[Dataset entries]
******************************
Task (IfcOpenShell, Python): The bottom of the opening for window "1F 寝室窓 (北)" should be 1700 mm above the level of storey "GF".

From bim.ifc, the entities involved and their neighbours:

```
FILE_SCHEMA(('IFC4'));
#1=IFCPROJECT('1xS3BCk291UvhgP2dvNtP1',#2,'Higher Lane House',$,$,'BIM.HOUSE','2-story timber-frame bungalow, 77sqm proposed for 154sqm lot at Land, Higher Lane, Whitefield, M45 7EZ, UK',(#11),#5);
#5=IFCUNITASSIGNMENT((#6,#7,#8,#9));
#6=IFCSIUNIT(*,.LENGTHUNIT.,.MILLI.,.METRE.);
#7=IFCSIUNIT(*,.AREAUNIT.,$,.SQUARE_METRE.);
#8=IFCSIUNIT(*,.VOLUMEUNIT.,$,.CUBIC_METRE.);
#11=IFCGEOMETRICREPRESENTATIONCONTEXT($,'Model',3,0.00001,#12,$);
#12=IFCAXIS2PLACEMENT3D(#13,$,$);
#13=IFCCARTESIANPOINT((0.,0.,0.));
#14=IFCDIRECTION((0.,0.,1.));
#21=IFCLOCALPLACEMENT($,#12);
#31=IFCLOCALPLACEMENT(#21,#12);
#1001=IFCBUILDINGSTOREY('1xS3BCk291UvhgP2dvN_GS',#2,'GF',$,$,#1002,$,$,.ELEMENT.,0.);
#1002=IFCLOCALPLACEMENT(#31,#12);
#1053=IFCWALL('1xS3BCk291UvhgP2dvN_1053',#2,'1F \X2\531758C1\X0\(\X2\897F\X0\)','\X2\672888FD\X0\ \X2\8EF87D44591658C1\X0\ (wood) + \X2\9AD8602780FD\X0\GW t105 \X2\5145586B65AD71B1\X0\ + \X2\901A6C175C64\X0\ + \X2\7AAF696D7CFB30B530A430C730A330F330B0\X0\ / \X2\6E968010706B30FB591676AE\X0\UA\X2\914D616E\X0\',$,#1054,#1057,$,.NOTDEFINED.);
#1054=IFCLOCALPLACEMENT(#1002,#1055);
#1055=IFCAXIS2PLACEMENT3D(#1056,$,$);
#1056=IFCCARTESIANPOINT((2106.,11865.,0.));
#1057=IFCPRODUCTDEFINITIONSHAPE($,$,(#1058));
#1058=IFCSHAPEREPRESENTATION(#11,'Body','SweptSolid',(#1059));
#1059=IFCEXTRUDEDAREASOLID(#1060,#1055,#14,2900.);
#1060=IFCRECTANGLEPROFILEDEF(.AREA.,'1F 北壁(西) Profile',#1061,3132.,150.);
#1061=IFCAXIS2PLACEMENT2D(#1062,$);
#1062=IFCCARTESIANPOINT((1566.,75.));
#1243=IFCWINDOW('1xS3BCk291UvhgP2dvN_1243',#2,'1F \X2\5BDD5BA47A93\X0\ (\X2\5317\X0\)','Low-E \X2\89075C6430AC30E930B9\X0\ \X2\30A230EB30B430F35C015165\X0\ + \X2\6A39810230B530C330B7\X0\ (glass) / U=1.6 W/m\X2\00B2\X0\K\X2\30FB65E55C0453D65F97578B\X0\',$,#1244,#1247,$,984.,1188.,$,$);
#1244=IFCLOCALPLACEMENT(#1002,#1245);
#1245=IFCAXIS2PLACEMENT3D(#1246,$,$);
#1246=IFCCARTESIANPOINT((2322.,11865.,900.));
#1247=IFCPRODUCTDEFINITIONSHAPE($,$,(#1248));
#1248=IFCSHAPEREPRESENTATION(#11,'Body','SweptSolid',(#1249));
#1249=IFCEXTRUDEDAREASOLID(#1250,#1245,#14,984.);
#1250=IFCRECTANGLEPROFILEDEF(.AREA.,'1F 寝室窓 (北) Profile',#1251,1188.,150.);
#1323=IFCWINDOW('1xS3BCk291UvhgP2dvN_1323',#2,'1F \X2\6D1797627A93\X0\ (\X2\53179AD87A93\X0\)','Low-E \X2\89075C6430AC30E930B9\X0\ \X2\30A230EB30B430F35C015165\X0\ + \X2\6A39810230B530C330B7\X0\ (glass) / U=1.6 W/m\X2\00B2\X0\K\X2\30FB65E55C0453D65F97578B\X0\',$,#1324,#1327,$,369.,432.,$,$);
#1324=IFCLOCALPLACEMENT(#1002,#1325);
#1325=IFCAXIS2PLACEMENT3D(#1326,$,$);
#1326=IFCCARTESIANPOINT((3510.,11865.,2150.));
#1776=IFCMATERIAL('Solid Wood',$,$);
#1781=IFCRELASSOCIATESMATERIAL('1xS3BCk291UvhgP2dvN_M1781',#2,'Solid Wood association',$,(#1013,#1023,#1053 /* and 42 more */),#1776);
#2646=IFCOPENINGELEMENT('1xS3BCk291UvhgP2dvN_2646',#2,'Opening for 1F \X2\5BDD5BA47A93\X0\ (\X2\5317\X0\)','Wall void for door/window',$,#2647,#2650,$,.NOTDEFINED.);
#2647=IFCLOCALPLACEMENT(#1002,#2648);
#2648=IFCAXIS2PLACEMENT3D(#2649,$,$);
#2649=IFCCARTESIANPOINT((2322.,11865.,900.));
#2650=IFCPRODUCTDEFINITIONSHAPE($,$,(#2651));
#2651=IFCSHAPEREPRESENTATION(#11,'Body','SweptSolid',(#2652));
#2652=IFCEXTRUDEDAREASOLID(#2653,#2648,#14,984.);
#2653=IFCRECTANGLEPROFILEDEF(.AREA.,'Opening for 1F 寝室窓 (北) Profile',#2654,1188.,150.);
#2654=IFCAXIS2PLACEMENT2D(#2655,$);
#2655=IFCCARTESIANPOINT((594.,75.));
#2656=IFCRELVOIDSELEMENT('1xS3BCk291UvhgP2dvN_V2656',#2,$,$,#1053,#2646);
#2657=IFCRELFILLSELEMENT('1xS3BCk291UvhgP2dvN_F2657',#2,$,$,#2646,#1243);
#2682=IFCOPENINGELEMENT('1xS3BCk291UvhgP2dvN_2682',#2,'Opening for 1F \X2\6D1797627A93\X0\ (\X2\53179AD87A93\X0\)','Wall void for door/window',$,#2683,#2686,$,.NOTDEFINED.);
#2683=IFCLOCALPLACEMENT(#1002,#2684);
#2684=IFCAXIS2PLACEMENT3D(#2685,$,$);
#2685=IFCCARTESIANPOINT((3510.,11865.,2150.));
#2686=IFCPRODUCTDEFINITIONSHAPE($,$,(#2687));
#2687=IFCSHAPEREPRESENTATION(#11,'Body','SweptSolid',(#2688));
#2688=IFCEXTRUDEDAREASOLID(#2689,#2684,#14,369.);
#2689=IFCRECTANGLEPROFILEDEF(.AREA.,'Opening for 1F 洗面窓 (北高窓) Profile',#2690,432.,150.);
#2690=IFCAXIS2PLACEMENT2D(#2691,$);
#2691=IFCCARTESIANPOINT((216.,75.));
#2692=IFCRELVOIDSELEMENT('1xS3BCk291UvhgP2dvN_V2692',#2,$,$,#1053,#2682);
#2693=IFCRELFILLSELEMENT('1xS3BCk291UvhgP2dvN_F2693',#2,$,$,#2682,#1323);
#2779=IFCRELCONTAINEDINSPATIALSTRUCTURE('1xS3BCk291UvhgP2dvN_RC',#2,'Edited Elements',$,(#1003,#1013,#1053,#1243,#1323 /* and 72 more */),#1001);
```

```python
import numpy as np
import ifcopenshell
import ifcopenshell.api.geometry
import ifcopenshell.geom
import ifcopenshell.util.element
import ifcopenshell.util.placement
import ifcopenshell.util.shape
import ifcopenshell.util.unit

model = ifcopenshell.open("bim.ifc")
unit_scale = ifcopenshell.util.unit.calculate_unit_scale(model)

window = model.by_guid("1xS3BCk291UvhgP2dvN_1243")
opening = window.FillsVoids[0].RelatingOpeningElement
storey = ifcopenshell.util.element.get_container(window, ifc_class="IfcBuildingStorey")
level = ifcopenshell.util.placement.get_local_placement(storey.ObjectPlacement)[2, 3]

# The opening's origin need not be at the sill, so measure its lowest point.
shape = ifcopenshell.geom.create_shape(ifcopenshell.geom.settings(), opening)
bottom = ifcopenshell.util.shape.get_shape_bottom_elevation(shape, shape.geometry) / unit_scale
dz = level + 1.7 / unit_scale - bottom

shift = np.array([0.0, 0.0, dz])
# The window is not placed relative to its opening, so move both.
for product in (opening, window):
    matrix = ifcopenshell.util.placement.get_local_placement(product.ObjectPlacement)
    matrix[:3, 3] += shift
    ifcopenshell.api.geometry.edit_object_placement(model, product=product, matrix=matrix, is_si=False)

print(f"moved by {dz * unit_scale:+.3f} m")

model.write("bim_v2.ifc")
```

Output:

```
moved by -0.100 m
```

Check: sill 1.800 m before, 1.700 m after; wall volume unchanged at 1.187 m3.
******************************
**About this task**
Pull out every line above that holds the word "more".

**Written solution**
#1781=IFCRELASSOCIATESMATERIAL('1xS3BCk291UvhgP2dvN_M1781',#2,'Solid Wood association',$,(#1013,#1023,#1053 /* and 42 more */),#1776);
#2779=IFCRELCONTAINEDINSPATIALSTRUCTURE('1xS3BCk291UvhgP2dvN_RC',#2,'Edited Elements',$,(#1003,#1013,#1053,#1243,#1323 /* and 72 more */),#1001);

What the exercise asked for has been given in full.